--- Saved entries ---
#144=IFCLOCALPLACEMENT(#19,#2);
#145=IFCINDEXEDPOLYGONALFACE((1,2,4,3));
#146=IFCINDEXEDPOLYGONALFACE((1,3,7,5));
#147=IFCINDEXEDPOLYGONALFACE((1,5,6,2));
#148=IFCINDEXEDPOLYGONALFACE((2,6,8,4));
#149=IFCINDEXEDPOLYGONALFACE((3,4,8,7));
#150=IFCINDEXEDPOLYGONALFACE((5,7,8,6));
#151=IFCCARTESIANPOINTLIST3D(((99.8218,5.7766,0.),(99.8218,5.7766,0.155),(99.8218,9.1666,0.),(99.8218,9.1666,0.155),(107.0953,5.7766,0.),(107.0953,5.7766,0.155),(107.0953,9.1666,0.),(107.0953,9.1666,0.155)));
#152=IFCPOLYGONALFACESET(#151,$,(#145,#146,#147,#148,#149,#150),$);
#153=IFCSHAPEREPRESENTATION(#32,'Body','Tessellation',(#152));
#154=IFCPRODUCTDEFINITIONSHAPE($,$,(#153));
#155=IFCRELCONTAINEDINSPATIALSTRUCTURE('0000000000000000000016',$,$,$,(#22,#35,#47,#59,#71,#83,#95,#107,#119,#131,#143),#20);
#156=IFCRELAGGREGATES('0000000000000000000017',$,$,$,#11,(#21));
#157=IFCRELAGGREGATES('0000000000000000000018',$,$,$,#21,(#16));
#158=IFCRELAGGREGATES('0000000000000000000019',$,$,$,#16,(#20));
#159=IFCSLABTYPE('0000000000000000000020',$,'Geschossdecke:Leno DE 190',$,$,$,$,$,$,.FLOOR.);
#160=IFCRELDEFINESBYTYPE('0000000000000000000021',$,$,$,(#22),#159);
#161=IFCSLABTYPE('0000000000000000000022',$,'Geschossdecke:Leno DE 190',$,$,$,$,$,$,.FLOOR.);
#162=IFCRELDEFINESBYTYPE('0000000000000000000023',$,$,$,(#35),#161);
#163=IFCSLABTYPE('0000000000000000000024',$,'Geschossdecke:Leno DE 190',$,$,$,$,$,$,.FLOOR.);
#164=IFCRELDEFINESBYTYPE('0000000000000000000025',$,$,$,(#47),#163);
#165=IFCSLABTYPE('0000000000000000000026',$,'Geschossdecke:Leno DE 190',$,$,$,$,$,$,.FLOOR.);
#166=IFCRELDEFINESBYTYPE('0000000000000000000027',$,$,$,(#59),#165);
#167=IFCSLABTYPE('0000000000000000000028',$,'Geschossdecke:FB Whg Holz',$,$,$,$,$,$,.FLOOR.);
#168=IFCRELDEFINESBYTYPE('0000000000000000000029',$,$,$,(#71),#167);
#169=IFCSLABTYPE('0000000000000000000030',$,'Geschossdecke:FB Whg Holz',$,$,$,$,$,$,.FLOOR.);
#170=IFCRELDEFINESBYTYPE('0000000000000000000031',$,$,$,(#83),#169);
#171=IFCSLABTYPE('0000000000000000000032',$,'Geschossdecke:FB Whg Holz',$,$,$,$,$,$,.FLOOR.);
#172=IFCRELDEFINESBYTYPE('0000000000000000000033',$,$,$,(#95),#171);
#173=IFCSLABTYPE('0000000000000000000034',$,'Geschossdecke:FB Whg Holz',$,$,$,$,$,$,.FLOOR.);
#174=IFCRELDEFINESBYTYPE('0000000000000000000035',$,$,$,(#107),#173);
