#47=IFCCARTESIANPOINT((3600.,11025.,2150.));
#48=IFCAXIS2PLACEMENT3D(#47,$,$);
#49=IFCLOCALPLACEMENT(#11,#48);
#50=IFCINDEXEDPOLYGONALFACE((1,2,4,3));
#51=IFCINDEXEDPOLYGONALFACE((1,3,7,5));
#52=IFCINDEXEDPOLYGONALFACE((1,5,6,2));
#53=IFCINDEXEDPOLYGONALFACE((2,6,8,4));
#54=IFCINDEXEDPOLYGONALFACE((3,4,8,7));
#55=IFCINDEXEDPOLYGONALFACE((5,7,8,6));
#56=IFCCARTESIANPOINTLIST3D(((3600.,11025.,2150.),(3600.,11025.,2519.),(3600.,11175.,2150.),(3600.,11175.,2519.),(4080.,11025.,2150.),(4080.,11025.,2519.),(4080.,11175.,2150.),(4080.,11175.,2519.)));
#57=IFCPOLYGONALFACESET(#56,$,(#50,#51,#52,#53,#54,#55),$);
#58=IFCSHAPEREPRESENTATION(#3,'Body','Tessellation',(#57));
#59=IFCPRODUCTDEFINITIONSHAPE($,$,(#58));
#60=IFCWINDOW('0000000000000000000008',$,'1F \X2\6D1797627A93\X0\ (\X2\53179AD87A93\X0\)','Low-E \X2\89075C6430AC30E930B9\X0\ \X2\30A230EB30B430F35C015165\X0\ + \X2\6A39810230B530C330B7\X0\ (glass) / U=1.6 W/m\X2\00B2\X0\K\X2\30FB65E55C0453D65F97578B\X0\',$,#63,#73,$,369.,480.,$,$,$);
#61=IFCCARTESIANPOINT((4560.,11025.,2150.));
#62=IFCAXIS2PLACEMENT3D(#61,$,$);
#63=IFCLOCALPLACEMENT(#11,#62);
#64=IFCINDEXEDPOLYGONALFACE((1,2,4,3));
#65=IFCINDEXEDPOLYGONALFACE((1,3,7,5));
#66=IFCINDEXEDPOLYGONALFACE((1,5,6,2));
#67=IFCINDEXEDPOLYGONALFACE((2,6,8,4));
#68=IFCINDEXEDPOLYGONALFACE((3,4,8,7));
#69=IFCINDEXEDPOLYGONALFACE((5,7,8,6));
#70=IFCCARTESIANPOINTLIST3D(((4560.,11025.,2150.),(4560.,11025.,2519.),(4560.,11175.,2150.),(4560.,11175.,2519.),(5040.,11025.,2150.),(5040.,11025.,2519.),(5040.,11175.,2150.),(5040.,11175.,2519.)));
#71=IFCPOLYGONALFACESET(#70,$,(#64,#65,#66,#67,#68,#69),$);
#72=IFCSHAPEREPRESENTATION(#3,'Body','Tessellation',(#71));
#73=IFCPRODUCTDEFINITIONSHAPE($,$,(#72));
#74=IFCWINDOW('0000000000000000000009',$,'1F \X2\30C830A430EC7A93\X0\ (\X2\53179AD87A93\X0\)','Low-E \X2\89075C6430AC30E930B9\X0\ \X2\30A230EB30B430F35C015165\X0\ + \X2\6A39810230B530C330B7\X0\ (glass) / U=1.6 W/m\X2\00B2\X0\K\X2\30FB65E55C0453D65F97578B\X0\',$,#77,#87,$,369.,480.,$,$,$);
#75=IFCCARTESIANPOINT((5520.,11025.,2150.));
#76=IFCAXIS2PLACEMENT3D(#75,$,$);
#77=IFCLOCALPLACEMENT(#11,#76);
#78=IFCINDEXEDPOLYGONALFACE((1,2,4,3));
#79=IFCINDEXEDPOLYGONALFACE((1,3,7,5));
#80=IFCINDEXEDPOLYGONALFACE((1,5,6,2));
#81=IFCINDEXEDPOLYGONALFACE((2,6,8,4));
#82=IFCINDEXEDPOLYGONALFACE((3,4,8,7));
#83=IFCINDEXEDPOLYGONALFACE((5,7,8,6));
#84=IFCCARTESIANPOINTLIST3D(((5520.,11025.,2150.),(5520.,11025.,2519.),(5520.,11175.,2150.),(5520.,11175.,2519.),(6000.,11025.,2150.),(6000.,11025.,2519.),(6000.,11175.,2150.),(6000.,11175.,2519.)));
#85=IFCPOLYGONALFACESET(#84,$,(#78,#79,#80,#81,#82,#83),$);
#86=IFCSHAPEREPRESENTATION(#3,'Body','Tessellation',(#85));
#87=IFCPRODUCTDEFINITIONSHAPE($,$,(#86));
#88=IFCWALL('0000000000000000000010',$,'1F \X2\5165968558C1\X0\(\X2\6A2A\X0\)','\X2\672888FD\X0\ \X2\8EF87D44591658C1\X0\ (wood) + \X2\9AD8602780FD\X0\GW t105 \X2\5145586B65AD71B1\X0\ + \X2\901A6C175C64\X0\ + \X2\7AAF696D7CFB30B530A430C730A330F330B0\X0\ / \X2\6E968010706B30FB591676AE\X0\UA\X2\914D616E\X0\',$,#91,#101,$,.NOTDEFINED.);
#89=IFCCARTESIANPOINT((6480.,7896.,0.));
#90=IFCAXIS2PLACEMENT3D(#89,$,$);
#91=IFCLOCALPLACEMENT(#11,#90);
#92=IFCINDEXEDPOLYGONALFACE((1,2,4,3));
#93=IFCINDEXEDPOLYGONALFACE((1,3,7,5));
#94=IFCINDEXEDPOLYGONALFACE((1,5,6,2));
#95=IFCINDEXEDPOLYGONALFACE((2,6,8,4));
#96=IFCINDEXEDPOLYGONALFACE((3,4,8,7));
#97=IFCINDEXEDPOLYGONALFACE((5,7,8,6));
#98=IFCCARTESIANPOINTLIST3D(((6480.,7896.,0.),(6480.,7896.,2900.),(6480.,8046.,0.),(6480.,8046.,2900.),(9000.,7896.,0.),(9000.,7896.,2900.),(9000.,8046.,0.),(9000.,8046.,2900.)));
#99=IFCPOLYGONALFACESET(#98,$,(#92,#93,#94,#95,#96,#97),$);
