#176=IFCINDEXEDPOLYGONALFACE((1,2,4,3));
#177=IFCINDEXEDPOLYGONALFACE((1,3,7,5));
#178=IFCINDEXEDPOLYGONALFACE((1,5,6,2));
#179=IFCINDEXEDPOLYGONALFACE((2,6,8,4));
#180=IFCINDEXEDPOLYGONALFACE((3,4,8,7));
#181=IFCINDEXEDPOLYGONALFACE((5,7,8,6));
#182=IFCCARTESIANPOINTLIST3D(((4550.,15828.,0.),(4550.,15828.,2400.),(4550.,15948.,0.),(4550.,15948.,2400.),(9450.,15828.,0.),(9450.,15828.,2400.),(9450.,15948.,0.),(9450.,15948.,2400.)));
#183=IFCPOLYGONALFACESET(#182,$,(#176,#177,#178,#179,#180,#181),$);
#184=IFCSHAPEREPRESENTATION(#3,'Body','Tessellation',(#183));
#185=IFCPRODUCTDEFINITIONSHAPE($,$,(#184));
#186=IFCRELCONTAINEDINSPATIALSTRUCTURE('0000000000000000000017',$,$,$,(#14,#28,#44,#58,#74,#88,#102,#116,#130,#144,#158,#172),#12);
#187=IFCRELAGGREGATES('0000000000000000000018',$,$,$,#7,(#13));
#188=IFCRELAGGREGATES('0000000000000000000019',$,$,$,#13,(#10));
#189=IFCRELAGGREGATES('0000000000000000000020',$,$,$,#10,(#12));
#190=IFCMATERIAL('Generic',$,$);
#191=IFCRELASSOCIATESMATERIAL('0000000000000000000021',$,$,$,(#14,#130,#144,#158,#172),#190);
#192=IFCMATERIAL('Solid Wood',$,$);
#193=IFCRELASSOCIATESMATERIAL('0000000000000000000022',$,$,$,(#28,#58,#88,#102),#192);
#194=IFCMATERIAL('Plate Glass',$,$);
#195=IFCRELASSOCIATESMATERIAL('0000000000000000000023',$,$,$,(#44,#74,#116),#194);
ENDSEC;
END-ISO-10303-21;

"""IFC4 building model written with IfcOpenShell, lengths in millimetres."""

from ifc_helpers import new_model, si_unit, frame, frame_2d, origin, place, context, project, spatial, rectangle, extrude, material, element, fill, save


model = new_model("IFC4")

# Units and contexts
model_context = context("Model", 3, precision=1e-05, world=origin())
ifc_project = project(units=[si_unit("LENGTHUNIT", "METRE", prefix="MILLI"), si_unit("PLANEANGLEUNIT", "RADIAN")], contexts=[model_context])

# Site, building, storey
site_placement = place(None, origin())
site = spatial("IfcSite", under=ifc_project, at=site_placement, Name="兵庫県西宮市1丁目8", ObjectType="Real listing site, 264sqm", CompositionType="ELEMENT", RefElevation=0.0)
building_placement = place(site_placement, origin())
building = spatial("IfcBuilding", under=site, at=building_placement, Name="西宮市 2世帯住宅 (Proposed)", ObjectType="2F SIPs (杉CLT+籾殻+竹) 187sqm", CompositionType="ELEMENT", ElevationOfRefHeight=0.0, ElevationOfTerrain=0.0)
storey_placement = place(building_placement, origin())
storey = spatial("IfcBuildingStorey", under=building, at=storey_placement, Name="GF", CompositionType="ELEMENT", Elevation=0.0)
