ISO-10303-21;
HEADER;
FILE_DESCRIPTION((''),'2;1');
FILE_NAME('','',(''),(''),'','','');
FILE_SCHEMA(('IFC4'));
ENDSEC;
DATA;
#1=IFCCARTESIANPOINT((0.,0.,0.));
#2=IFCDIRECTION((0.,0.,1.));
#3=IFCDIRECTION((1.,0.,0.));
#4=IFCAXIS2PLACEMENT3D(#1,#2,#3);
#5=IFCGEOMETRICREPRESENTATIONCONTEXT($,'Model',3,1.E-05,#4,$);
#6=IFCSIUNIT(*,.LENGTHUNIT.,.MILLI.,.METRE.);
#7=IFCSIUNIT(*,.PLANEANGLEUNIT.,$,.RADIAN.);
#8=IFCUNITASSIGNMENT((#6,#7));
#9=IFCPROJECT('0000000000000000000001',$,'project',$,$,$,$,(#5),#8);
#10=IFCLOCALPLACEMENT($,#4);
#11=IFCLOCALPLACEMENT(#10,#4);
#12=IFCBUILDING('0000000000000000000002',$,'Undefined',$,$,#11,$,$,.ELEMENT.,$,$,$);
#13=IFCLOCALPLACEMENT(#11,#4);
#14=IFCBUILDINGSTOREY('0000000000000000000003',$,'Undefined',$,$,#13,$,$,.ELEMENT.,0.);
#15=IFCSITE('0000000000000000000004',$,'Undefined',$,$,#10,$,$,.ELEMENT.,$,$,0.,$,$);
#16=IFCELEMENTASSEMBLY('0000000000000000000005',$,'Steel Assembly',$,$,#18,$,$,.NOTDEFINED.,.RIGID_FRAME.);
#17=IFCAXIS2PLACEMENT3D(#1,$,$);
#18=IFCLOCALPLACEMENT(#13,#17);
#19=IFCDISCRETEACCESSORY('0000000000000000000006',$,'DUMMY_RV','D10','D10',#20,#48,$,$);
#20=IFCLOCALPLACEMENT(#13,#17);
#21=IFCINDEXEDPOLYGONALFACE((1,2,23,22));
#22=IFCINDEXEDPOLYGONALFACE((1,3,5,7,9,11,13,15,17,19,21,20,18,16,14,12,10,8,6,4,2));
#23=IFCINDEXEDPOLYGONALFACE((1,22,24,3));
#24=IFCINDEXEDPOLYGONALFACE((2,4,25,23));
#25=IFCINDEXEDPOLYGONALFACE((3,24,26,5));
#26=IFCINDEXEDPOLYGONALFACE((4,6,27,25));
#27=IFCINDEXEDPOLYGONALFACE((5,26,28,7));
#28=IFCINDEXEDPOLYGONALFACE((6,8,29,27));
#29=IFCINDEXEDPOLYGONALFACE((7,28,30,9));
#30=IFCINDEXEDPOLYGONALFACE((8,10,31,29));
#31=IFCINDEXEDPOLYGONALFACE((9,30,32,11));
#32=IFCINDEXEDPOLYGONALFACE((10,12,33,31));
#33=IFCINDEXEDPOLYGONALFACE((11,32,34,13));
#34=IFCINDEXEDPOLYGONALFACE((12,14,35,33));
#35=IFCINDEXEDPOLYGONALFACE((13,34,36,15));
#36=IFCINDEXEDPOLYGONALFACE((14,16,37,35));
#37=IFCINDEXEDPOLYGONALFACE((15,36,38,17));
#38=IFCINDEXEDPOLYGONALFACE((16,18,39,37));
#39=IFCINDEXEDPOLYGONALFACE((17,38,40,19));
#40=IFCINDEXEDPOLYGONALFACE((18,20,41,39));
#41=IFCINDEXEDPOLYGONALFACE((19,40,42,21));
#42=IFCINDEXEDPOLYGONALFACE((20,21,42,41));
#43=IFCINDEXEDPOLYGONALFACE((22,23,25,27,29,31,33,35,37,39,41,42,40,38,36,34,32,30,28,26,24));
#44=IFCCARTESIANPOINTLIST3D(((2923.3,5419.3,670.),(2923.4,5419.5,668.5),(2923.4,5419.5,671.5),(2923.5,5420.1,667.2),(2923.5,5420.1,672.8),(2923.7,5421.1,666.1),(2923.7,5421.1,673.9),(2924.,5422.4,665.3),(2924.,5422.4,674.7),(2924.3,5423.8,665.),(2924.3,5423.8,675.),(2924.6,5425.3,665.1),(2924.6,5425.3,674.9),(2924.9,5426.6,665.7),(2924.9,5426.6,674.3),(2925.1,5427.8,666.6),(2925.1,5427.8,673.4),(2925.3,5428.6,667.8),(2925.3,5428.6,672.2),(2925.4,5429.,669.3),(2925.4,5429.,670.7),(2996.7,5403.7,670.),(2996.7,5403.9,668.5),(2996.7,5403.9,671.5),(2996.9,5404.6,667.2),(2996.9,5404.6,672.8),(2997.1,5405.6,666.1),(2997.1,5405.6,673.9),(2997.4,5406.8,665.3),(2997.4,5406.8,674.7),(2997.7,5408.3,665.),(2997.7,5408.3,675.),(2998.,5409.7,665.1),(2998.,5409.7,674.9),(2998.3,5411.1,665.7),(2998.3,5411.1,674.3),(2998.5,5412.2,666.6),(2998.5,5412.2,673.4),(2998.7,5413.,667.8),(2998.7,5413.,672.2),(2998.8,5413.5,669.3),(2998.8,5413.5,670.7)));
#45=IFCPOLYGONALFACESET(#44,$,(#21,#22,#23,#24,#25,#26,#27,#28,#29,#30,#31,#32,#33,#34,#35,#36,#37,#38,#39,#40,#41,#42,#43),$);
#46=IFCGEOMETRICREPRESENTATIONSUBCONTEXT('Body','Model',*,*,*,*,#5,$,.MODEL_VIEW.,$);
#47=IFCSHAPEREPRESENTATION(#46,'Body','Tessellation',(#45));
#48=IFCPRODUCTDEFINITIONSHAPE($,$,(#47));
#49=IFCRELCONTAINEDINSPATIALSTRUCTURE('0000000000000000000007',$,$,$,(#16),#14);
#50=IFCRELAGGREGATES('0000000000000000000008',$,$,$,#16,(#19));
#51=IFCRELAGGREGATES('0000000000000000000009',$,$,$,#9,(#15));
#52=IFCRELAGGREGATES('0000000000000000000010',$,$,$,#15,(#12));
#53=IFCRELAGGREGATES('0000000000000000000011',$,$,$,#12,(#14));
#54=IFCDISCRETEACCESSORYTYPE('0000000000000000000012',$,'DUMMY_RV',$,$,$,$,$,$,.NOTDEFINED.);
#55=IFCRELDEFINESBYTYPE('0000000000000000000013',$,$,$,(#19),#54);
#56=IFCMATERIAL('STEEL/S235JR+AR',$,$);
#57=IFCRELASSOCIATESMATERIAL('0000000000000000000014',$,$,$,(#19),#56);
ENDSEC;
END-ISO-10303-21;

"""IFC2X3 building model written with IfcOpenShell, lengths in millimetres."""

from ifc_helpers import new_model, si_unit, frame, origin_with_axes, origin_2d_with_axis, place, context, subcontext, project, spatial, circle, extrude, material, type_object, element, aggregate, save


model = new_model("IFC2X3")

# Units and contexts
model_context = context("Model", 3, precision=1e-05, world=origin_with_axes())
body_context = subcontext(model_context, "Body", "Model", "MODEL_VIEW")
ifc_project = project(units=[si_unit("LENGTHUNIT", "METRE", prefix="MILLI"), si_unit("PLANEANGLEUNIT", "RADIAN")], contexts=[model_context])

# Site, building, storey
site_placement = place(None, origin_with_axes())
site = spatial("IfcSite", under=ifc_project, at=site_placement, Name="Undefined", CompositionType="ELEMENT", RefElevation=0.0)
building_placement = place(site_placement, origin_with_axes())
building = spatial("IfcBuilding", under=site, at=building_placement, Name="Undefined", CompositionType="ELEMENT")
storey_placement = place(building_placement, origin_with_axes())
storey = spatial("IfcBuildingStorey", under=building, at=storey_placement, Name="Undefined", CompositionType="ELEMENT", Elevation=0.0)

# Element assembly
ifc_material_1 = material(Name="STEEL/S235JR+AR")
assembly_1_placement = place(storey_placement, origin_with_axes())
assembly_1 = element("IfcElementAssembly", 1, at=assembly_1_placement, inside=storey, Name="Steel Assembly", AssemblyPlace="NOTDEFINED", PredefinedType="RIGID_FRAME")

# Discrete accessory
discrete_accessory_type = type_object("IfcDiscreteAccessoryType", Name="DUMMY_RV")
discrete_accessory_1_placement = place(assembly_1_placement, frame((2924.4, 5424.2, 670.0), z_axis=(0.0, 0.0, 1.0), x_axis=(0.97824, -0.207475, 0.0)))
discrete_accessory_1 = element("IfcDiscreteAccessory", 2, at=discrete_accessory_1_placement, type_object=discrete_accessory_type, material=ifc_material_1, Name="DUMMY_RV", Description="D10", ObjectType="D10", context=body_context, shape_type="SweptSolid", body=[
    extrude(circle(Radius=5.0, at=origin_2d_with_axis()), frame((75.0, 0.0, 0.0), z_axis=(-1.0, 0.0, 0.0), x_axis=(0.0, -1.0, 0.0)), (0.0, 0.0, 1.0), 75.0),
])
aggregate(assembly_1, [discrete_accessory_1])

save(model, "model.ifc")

--- About this task ---
From the records above, transcribe without alteration every line from the one with "#92=IFCINDEXEDPOLYGONALFACE((1,2,4,3));" to the one with "#97=IFCINDEXEDPOLYGONALFACE((5,7,8,6));", inclusive.

--- Written response ---
#92=IFCINDEXEDPOLYGONALFACE((1,2,4,3));
#93=IFCINDEXEDPOLYGONALFACE((1,3,7,5));
#94=IFCINDEXEDPOLYGONALFACE((1,5,6,2));
#95=IFCINDEXEDPOLYGONALFACE((2,6,8,4));
#96=IFCINDEXEDPOLYGONALFACE((3,4,8,7));
#97=IFCINDEXEDPOLYGONALFACE((5,7,8,6));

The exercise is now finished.